L’album porte le titre d’une des chansons: «Ce que je te donne ne disparaît pas». Ça résume parfaitement le geste solo de Stéphanie Boulay. À la fois main tendue et poing levé.
Photo: Valerian Mazataud Le Devoir L’album porte le titre d’une des chansons: «Ce que je te donne ne disparaît pas». Ça résume parfaitement le geste solo de Stéphanie Boulay. À la fois main tendue et poing levé.

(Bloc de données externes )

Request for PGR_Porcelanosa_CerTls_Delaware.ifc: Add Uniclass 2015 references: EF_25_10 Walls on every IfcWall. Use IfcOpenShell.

First a look at what the model holds.

```python
import ifcopenshell

model = ifcopenshell.open("PGR_Porcelanosa_CerTls_Delaware.ifc")
print(model.schema)
print("classifications:", [c.Name for c in model.by_type("IfcClassification")])
for ifc_class in ("IfcDoor", "IfcRoof", "IfcStair", "IfcWall", "IfcWindow"):
    print(ifc_class, len(model.by_type(ifc_class)))
```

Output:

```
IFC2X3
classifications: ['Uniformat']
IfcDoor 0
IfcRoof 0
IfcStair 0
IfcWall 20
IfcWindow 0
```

```python
import ifcopenshell
import ifcopenshell.api.classification

model = ifcopenshell.open("PGR_Porcelanosa_CerTls_Delaware.ifc")

# IFC2X3 requires Source and Edition and has no link from the project to the system.
system = model.create_entity("IfcClassification", Source="NBS", Edition="2015", Name="Uniclass 2015")

codes = {
    "IfcWall": ("EF_25_10", "Walls"),
}
for ifc_class, (code, name) in codes.items():
    products = model.by_type(ifc_class)
    ifcopenshell.api.classification.add_reference(
        model, products=products, classification=system, identification=code, name=name
    )
    print(code, len(products))

model.write("PGR_Porcelanosa_CerTls_Delaware_v2.ifc")
```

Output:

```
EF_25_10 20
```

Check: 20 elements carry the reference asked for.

Trois fois les yeux dans l’eau. Sur huit chansons. Trois fois « la corde à linge de mes cils pesante de gouttes à sécher », comme chante Stéphanie Boulay dans Ta fille. La première fois, c’est pendant Ta fille, justement, le premier titre. Ce couplet-là, surtout : « Dis-moi, pourquoi donc se défilent / Les amours, les amitiés / J’en ai eu, j’en ai perdu mille / C’est toujours à recommencer. » La deuxième fois, c’est durant la chanson d’après, Des histoires qui ne seront jamais finies, à propos des disparus que l’on sent toujours là : « J’ai gardé votre élan, vous êtes encore ici. » Et la troisième fois, c’est à la fin de l’album, pendant Je pourrai plus jamais, une chanson qui dit à quel point l’arrivée d’un enfant change la donne : plus question de s’« enfuir », de « faillir », de « mentir », de « faiblir »… ou d’en finir. « Je pourrai plus jamais mourir… »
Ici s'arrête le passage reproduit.